*** Opening Dataset records ***
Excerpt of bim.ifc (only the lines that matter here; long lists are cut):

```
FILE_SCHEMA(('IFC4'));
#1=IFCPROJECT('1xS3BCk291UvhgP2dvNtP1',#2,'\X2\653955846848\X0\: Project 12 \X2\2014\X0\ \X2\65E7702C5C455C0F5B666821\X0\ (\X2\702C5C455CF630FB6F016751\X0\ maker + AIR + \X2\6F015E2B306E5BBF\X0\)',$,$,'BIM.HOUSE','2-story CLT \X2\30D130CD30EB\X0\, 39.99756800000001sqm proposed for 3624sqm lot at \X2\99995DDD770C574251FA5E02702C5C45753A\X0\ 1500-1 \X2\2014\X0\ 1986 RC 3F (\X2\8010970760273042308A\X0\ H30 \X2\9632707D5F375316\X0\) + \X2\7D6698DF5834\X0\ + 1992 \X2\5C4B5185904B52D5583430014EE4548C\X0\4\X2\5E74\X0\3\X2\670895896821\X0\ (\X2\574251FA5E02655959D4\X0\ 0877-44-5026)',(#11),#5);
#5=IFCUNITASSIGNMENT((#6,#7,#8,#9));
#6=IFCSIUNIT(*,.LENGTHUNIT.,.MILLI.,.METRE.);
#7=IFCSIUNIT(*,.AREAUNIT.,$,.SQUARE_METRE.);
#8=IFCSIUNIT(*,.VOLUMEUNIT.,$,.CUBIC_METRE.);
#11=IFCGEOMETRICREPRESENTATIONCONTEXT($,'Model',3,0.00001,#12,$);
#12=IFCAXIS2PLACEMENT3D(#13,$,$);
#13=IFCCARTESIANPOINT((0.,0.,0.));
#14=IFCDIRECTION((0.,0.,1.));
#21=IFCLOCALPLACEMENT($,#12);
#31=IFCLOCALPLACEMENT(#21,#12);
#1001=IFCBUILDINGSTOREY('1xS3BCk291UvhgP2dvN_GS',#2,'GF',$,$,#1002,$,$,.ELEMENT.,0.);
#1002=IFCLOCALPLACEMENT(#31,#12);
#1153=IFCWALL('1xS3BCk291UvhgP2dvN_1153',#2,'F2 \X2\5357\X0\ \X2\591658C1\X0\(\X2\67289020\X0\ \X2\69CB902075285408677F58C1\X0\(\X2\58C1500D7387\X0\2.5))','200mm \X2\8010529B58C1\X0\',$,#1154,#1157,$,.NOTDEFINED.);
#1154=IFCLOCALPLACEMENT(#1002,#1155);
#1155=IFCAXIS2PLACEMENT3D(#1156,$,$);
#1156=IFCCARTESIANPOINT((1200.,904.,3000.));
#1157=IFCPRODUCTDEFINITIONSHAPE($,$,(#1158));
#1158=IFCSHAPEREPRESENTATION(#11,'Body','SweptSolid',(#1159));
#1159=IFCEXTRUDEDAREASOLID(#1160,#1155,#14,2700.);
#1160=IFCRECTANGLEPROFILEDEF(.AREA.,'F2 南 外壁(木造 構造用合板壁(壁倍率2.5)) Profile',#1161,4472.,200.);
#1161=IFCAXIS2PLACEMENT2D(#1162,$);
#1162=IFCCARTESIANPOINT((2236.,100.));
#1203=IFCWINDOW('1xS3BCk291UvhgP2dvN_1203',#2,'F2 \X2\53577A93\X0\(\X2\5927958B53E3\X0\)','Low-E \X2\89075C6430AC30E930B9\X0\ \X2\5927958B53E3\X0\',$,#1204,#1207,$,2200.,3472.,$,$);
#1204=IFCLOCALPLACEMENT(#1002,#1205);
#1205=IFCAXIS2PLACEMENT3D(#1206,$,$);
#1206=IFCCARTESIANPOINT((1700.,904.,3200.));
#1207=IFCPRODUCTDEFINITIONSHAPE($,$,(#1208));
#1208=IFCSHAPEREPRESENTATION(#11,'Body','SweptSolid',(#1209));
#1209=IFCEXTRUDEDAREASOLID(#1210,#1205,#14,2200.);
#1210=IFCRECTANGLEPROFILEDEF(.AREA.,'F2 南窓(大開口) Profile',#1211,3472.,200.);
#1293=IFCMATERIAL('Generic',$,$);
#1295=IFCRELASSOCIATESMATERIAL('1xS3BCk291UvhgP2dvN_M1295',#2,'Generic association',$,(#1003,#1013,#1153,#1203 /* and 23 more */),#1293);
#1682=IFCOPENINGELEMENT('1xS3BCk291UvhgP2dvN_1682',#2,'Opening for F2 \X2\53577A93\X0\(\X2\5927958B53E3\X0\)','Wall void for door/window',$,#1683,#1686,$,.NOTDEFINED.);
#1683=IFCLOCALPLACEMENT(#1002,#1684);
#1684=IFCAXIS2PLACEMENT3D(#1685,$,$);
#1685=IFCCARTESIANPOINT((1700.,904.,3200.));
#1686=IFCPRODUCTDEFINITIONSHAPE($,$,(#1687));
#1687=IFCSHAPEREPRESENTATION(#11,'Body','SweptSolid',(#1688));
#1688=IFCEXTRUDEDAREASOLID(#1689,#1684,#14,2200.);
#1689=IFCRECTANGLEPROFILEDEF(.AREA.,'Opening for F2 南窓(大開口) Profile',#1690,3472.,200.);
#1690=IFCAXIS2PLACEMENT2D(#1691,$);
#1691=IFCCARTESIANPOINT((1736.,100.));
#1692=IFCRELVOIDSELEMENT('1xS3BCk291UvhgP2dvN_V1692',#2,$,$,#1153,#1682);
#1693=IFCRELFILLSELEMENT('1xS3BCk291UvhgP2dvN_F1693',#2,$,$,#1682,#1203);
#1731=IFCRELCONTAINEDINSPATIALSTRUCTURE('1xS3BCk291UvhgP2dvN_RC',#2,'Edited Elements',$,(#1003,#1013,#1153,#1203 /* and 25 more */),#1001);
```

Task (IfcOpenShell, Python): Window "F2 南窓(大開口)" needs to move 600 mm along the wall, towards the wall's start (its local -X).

```python
import ifcopenshell
import ifcopenshell.api.geometry
import ifcopenshell.util.placement
import ifcopenshell.util.unit

model = ifcopenshell.open("bim.ifc")
unit_scale = ifcopenshell.util.unit.calculate_unit_scale(model)

window = model.by_id(1203)
opening = window.FillsVoids[0].RelatingOpeningElement
wall = opening.VoidsElements[0].RelatingBuildingElement

wall_matrix = ifcopenshell.util.placement.get_local_placement(wall.ObjectPlacement)
shift = wall_matrix[:3, 0] * -0.6 / unit_scale
before = ifcopenshell.util.placement.get_local_placement(window.ObjectPlacement)[:3, 3].copy()

# The window is not placed relative to its opening, so move both.
for product in (opening, window):
    matrix = ifcopenshell.util.placement.get_local_placement(product.ObjectPlacement)
    matrix[:3, 3] += shift
    ifcopenshell.api.geometry.edit_object_placement(model, product=product, matrix=matrix, is_si=False)

after = ifcopenshell.util.placement.get_local_placement(window.ObjectPlacement)[:3, 3]
print("window moved by", (after - before).round(3) + 0.0)

model.write("bim_v2.ifc")
```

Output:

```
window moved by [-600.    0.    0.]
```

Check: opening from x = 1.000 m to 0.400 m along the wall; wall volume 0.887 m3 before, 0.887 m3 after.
*** Closing Dataset records ***
■ Your assignment: All of the records need to be returned exactly as they are.

■ Solution for this exercise:
Excerpt of bim.ifc (only the lines that matter here; long lists are cut):

```
FILE_SCHEMA(('IFC4'));
#1=IFCPROJECT('1xS3BCk291UvhgP2dvNtP1',#2,'\X2\653955846848\X0\: Project 12 \X2\2014\X0\ \X2\65E7702C5C455C0F5B666821\X0\ (\X2\702C5C455CF630FB6F016751\X0\ maker + AIR + \X2\6F015E2B306E5BBF\X0\)',$,$,'BIM.HOUSE','2-story CLT \X2\30D130CD30EB\X0\, 39.99756800000001sqm proposed for 3624sqm lot at \X2\99995DDD770C574251FA5E02702C5C45753A\X0\ 1500-1 \X2\2014\X0\ 1986 RC 3F (\X2\8010970760273042308A\X0\ H30 \X2\9632707D5F375316\X0\) + \X2\7D6698DF5834\X0\ + 1992 \X2\5C4B5185904B52D5583430014EE4548C\X0\4\X2\5E74\X0\3\X2\670895896821\X0\ (\X2\574251FA5E02655959D4\X0\ 0877-44-5026)',(#11),#5);
#5=IFCUNITASSIGNMENT((#6,#7,#8,#9));
#6=IFCSIUNIT(*,.LENGTHUNIT.,.MILLI.,.METRE.);
#7=IFCSIUNIT(*,.AREAUNIT.,$,.SQUARE_METRE.);
#8=IFCSIUNIT(*,.VOLUMEUNIT.,$,.CUBIC_METRE.);
#11=IFCGEOMETRICREPRESENTATIONCONTEXT($,'Model',3,0.00001,#12,$);
#12=IFCAXIS2PLACEMENT3D(#13,$,$);
#13=IFCCARTESIANPOINT((0.,0.,0.));
#14=IFCDIRECTION((0.,0.,1.));
#21=IFCLOCALPLACEMENT($,#12);
#31=IFCLOCALPLACEMENT(#21,#12);
#1001=IFCBUILDINGSTOREY('1xS3BCk291UvhgP2dvN_GS',#2,'GF',$,$,#1002,$,$,.ELEMENT.,0.);
#1002=IFCLOCALPLACEMENT(#31,#12);
#1153=IFCWALL('1xS3BCk291UvhgP2dvN_1153',#2,'F2 \X2\5357\X0\ \X2\591658C1\X0\(\X2\67289020\X0\ \X2\69CB902075285408677F58C1\X0\(\X2\58C1500D7387\X0\2.5))','200mm \X2\8010529B58C1\X0\',$,#1154,#1157,$,.NOTDEFINED.);
#1154=IFCLOCALPLACEMENT(#1002,#1155);
#1155=IFCAXIS2PLACEMENT3D(#1156,$,$);
#1156=IFCCARTESIANPOINT((1200.,904.,3000.));
#1157=IFCPRODUCTDEFINITIONSHAPE($,$,(#1158));
#1158=IFCSHAPEREPRESENTATION(#11,'Body','SweptSolid',(#1159));
#1159=IFCEXTRUDEDAREASOLID(#1160,#1155,#14,2700.);
#1160=IFCRECTANGLEPROFILEDEF(.AREA.,'F2 南 外壁(木造 構造用合板壁(壁倍率2.5)) Profile',#1161,4472.,200.);
#1161=IFCAXIS2PLACEMENT2D(#1162,$);
#1162=IFCCARTESIANPOINT((2236.,100.));
#1203=IFCWINDOW('1xS3BCk291UvhgP2dvN_1203',#2,'F2 \X2\53577A93\X0\(\X2\5927958B53E3\X0\)','Low-E \X2\89075C6430AC30E930B9\X0\ \X2\5927958B53E3\X0\',$,#1204,#1207,$,2200.,3472.,$,$);
#1204=IFCLOCALPLACEMENT(#1002,#1205);
#1205=IFCAXIS2PLACEMENT3D(#1206,$,$);
#1206=IFCCARTESIANPOINT((1700.,904.,3200.));
#1207=IFCPRODUCTDEFINITIONSHAPE($,$,(#1208));
#1208=IFCSHAPEREPRESENTATION(#11,'Body','SweptSolid',(#1209));
#1209=IFCEXTRUDEDAREASOLID(#1210,#1205,#14,2200.);
#1210=IFCRECTANGLEPROFILEDEF(.AREA.,'F2 南窓(大開口) Profile',#1211,3472.,200.);
#1293=IFCMATERIAL('Generic',$,$);
#1295=IFCRELASSOCIATESMATERIAL('1xS3BCk291UvhgP2dvN_M1295',#2,'Generic association',$,(#1003,#1013,#1153,#1203 /* and 23 more */),#1293);
#1682=IFCOPENINGELEMENT('1xS3BCk291UvhgP2dvN_1682',#2,'Opening for F2 \X2\53577A93\X0\(\X2\5927958B53E3\X0\)','Wall void for door/window',$,#1683,#1686,$,.NOTDEFINED.);
#1683=IFCLOCALPLACEMENT(#1002,#1684);
#1684=IFCAXIS2PLACEMENT3D(#1685,$,$);
#1685=IFCCARTESIANPOINT((1700.,904.,3200.));
#1686=IFCPRODUCTDEFINITIONSHAPE($,$,(#1687));
#1687=IFCSHAPEREPRESENTATION(#11,'Body','SweptSolid',(#1688));
#1688=IFCEXTRUDEDAREASOLID(#1689,#1684,#14,2200.);
#1689=IFCRECTANGLEPROFILEDEF(.AREA.,'Opening for F2 南窓(大開口) Profile',#1690,3472.,200.);
#1690=IFCAXIS2PLACEMENT2D(#1691,$);
#1691=IFCCARTESIANPOINT((1736.,100.));
#1692=IFCRELVOIDSELEMENT('1xS3BCk291UvhgP2dvN_V1692',#2,$,$,#1153,#1682);
#1693=IFCRELFILLSELEMENT('1xS3BCk291UvhgP2dvN_F1693',#2,$,$,#1682,#1203);
#1731=IFCRELCONTAINEDINSPATIALSTRUCTURE('1xS3BCk291UvhgP2dvN_RC',#2,'Edited Elements',$,(#1003,#1013,#1153,#1203 /* and 25 more */),#1001);
```

Task (IfcOpenShell, Python): Window "F2 南窓(大開口)" needs to move 600 mm along the wall, towards the wall's start (its local -X).

```python
import ifcopenshell
import ifcopenshell.api.geometry
import ifcopenshell.util.placement
import ifcopenshell.util.unit

model = ifcopenshell.open("bim.ifc")
unit_scale = ifcopenshell.util.unit.calculate_unit_scale(model)

window = model.by_id(1203)
opening = window.FillsVoids[0].RelatingOpeningElement
wall = opening.VoidsElements[0].RelatingBuildingElement

wall_matrix = ifcopenshell.util.placement.get_local_placement(wall.ObjectPlacement)
shift = wall_matrix[:3, 0] * -0.6 / unit_scale
before = ifcopenshell.util.placement.get_local_placement(window.ObjectPlacement)[:3, 3].copy()

# The window is not placed relative to its opening, so move both.
for product in (opening, window):
    matrix = ifcopenshell.util.placement.get_local_placement(product.ObjectPlacement)
    matrix[:3, 3] += shift
    ifcopenshell.api.geometry.edit_object_placement(model, product=product, matrix=matrix, is_si=False)

after = ifcopenshell.util.placement.get_local_placement(window.ObjectPlacement)[:3, 3]
print("window moved by", (after - before).round(3) + 0.0)

model.write("bim_v2.ifc")
```

Output:

```
window moved by [-600.    0.    0.]
```

Check: opening from x = 1.000 m to 0.400 m along the wall; wall volume 0.887 m3 before, 0.887 m3 after.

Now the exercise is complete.